**Collected data entries**
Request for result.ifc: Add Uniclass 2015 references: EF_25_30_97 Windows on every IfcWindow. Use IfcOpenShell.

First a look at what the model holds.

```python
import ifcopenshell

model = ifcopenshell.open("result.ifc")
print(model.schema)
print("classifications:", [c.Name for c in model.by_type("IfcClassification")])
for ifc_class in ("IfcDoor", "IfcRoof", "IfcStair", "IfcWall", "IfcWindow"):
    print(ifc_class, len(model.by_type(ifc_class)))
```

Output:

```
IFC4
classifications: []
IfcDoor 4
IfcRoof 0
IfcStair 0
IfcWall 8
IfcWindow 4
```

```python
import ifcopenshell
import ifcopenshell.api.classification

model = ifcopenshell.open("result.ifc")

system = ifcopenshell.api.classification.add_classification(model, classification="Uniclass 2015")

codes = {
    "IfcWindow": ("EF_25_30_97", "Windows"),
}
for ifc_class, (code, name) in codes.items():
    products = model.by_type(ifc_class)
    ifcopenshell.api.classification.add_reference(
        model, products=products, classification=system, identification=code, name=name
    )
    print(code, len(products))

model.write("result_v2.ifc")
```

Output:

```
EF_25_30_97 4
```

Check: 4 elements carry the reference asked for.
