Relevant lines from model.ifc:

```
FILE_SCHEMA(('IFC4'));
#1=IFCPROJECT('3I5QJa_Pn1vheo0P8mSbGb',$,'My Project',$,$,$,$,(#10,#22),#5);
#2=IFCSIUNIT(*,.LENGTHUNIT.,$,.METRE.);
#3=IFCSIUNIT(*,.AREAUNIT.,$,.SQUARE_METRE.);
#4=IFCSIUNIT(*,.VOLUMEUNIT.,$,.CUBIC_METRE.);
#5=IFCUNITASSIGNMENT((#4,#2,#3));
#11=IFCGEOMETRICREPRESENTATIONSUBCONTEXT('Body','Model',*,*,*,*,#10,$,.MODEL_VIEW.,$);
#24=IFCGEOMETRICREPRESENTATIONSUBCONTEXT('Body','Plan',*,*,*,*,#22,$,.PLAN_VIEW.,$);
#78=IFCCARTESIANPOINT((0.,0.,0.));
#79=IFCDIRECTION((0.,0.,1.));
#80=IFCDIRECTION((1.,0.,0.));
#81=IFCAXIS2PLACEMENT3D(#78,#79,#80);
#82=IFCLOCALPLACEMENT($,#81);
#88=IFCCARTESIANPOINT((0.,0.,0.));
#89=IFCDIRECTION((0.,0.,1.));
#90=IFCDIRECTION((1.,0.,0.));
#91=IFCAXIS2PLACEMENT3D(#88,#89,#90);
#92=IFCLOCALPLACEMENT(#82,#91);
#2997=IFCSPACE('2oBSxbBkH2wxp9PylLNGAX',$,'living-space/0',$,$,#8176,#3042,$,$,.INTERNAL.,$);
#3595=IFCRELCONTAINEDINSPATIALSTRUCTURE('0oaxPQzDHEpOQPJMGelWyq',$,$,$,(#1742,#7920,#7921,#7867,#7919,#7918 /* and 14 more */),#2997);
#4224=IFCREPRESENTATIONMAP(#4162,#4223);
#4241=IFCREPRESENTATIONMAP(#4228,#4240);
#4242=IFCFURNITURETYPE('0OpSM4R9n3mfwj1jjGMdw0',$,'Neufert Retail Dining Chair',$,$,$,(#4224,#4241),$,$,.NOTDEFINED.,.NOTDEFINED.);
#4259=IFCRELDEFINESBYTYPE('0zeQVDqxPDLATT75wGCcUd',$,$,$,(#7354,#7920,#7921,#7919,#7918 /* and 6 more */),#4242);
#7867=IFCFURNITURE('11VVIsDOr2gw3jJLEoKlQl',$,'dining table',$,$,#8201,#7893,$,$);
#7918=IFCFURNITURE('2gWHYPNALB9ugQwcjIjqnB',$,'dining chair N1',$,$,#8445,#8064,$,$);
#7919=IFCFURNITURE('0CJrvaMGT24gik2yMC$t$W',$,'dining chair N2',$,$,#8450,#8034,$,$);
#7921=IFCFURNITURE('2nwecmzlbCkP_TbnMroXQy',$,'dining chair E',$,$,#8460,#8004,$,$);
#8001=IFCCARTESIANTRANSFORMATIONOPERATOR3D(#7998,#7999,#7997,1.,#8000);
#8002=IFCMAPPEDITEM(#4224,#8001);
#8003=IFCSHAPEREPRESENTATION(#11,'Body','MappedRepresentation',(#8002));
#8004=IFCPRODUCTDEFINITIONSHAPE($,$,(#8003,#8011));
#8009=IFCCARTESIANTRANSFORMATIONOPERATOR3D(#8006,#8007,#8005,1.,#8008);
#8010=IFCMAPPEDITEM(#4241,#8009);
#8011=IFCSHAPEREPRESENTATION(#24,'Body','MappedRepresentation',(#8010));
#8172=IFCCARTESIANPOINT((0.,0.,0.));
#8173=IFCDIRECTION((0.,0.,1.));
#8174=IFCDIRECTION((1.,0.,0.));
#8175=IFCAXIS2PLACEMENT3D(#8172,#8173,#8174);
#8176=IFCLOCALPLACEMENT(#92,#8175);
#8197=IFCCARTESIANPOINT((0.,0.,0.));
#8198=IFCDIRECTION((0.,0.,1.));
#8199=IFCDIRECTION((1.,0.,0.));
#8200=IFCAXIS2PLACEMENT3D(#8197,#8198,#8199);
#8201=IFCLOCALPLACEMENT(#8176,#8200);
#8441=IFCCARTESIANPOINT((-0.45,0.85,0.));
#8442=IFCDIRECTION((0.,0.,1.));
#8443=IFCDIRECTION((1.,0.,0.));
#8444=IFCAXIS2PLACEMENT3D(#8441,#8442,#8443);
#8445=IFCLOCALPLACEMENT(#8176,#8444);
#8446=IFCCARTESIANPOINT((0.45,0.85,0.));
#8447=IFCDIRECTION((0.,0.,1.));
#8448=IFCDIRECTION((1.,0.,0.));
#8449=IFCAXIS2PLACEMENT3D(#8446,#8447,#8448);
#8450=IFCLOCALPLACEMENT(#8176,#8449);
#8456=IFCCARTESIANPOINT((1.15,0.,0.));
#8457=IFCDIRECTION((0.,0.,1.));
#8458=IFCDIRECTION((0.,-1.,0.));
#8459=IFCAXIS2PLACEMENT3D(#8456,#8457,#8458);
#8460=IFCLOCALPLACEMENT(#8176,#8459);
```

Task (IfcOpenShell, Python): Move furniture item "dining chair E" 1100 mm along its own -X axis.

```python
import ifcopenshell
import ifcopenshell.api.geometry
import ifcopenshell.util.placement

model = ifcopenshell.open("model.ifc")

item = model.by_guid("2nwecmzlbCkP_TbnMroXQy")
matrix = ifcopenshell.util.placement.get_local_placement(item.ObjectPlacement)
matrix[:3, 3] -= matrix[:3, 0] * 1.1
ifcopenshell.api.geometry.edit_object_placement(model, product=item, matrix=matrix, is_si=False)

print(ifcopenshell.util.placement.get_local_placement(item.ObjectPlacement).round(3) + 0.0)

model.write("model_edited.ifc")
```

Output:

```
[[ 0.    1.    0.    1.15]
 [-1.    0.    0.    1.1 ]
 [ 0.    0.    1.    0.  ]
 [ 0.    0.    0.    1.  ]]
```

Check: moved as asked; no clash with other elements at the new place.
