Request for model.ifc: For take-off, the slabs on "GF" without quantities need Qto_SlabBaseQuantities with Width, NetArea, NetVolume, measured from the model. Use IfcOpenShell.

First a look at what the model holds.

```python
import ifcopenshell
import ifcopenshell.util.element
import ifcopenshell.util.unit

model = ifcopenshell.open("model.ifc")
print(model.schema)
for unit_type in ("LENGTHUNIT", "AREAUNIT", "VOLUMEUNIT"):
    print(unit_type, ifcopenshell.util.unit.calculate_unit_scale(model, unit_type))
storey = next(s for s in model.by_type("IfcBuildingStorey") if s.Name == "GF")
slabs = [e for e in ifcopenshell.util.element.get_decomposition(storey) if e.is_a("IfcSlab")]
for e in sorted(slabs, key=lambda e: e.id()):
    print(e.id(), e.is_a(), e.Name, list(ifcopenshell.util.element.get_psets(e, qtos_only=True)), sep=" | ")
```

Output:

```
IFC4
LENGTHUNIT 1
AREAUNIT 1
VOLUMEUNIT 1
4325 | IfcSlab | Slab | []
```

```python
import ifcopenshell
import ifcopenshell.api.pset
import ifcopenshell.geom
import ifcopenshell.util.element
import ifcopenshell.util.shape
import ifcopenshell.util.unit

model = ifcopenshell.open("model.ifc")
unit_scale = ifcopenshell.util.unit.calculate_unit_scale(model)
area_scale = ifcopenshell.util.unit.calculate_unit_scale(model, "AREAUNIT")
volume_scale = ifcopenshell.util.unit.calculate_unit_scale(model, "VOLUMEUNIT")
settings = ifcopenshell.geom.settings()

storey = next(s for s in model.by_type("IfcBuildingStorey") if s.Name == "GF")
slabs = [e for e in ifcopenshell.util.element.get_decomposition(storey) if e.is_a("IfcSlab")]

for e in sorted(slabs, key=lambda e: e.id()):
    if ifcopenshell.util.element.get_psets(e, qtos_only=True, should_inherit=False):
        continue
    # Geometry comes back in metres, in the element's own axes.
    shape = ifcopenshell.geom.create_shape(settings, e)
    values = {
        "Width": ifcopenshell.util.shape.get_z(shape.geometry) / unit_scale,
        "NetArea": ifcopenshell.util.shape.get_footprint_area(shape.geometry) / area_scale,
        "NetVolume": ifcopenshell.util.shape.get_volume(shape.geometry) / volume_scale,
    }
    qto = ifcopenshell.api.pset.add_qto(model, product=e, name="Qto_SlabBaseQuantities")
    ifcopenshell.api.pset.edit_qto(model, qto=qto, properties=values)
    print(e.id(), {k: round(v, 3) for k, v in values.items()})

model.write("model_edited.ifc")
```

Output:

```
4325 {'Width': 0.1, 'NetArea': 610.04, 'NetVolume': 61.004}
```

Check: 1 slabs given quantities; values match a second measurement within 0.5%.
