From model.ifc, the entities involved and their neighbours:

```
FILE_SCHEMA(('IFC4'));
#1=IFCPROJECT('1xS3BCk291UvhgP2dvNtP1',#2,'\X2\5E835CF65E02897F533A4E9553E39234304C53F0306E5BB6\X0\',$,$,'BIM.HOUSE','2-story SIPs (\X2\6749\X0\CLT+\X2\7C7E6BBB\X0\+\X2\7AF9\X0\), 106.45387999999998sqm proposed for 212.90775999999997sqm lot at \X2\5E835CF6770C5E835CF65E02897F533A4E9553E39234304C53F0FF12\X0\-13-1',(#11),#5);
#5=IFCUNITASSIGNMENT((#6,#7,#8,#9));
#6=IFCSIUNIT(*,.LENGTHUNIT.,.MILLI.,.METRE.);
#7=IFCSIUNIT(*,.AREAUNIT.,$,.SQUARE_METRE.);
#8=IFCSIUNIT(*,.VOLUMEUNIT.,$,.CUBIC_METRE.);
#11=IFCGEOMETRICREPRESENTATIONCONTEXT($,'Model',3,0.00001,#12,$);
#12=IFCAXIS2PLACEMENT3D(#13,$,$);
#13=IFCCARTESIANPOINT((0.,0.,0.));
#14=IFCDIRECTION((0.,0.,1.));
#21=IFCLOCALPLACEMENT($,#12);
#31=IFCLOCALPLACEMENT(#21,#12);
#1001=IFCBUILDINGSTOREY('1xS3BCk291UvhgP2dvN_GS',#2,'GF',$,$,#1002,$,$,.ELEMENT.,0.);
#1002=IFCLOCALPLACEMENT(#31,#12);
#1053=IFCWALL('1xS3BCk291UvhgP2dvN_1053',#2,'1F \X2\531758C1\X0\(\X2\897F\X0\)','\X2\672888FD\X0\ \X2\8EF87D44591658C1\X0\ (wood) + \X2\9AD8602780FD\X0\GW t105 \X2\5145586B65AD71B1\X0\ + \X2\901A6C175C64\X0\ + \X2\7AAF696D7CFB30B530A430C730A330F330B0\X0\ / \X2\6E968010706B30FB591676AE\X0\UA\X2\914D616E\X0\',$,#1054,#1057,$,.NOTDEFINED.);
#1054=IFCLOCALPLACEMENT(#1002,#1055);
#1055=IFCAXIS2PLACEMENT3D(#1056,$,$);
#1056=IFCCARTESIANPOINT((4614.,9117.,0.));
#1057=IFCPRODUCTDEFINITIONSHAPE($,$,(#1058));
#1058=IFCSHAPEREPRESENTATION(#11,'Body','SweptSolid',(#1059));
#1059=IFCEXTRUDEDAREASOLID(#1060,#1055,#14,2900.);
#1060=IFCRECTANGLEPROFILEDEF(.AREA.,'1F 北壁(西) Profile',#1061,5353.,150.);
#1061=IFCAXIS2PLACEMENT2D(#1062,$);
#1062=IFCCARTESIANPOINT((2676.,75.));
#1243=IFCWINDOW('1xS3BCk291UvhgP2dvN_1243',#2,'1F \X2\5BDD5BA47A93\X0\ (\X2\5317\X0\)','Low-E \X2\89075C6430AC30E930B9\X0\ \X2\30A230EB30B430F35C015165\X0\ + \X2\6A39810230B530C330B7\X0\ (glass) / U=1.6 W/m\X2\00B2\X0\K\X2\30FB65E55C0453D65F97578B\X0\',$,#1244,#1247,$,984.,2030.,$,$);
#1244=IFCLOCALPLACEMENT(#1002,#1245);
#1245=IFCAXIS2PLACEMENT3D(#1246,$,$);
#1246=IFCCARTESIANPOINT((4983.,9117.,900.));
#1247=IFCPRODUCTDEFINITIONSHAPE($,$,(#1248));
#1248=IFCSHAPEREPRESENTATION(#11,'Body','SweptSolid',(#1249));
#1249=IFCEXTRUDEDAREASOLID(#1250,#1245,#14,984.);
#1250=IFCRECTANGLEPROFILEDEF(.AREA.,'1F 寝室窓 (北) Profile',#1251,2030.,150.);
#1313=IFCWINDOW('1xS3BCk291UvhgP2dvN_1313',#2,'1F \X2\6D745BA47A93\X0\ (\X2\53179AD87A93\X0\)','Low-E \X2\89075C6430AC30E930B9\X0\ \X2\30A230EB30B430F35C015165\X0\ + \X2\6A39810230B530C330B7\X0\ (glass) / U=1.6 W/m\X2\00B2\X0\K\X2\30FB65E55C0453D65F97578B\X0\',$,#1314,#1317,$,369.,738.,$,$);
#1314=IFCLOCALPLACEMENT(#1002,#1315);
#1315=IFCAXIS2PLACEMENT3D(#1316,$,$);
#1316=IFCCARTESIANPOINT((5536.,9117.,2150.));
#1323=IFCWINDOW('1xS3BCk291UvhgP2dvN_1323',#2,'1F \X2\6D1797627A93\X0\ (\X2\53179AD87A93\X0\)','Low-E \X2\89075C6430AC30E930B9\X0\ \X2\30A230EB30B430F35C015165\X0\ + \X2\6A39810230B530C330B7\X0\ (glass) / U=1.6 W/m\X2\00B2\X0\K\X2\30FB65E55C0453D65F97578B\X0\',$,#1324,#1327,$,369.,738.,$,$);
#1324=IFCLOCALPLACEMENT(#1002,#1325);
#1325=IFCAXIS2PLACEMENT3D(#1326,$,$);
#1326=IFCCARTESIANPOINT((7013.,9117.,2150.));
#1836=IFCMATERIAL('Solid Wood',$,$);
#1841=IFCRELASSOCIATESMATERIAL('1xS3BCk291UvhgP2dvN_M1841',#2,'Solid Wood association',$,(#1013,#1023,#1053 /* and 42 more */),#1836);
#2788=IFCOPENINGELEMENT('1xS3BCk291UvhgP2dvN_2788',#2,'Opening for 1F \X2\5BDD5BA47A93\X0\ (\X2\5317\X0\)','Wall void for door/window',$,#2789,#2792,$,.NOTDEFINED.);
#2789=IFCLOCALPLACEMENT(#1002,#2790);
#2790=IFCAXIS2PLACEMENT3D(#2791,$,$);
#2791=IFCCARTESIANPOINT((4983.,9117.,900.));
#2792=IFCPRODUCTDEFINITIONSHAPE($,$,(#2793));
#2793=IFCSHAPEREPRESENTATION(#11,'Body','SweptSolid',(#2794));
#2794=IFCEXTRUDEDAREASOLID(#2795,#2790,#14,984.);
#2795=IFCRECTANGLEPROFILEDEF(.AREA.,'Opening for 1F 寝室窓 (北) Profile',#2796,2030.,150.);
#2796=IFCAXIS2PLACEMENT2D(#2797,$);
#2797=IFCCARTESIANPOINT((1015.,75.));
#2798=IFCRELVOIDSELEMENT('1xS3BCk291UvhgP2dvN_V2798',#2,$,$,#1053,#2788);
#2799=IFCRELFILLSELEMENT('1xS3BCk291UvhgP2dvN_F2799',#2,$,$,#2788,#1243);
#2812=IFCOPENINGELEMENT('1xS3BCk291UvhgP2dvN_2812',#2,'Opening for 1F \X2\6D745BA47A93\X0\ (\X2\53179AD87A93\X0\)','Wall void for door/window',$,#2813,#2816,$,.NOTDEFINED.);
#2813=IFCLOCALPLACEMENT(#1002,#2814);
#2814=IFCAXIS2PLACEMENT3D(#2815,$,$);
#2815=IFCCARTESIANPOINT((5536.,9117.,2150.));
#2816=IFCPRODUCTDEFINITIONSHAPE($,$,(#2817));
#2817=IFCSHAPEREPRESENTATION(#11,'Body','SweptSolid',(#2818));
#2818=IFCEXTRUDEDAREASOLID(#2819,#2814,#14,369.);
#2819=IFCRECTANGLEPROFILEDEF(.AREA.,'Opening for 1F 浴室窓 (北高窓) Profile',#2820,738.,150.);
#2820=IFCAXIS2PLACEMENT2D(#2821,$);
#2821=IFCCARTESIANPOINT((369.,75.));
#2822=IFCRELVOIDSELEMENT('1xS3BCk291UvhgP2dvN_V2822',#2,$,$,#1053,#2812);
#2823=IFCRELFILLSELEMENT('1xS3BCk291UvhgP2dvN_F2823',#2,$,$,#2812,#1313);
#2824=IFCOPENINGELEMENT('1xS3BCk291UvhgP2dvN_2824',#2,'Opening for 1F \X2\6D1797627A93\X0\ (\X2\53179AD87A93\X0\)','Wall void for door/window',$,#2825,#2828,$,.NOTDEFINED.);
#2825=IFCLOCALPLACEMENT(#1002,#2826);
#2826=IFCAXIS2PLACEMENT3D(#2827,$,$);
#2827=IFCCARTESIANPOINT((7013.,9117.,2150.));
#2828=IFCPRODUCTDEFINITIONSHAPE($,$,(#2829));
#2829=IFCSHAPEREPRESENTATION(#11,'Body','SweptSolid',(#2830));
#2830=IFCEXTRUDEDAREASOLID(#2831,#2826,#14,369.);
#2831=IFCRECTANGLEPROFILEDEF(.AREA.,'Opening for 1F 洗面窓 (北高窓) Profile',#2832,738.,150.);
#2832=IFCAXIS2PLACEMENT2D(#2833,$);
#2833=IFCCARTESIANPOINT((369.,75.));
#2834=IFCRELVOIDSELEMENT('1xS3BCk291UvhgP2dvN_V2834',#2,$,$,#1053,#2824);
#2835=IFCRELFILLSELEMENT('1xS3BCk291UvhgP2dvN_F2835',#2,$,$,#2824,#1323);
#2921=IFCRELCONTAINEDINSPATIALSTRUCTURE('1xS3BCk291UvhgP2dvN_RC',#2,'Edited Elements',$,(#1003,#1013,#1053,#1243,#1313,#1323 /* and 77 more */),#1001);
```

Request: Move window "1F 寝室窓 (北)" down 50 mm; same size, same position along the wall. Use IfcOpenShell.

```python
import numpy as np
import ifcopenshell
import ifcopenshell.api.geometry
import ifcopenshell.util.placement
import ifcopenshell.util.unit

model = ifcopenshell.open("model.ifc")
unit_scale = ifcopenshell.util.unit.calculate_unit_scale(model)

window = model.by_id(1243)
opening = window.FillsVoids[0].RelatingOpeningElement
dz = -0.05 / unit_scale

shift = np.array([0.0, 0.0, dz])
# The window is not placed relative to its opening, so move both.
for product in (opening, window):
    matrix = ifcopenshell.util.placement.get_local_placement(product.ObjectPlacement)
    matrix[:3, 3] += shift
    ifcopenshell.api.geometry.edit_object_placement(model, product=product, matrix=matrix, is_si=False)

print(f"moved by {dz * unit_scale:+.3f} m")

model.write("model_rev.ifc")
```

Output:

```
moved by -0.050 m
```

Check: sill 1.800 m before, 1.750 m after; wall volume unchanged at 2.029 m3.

**YOUR GOAL**
Looking at the entries above, work out how many lines include the word "IFCREPRESENTATIONMAP" and reply with that number alone.

**COMPLETED TASK**
2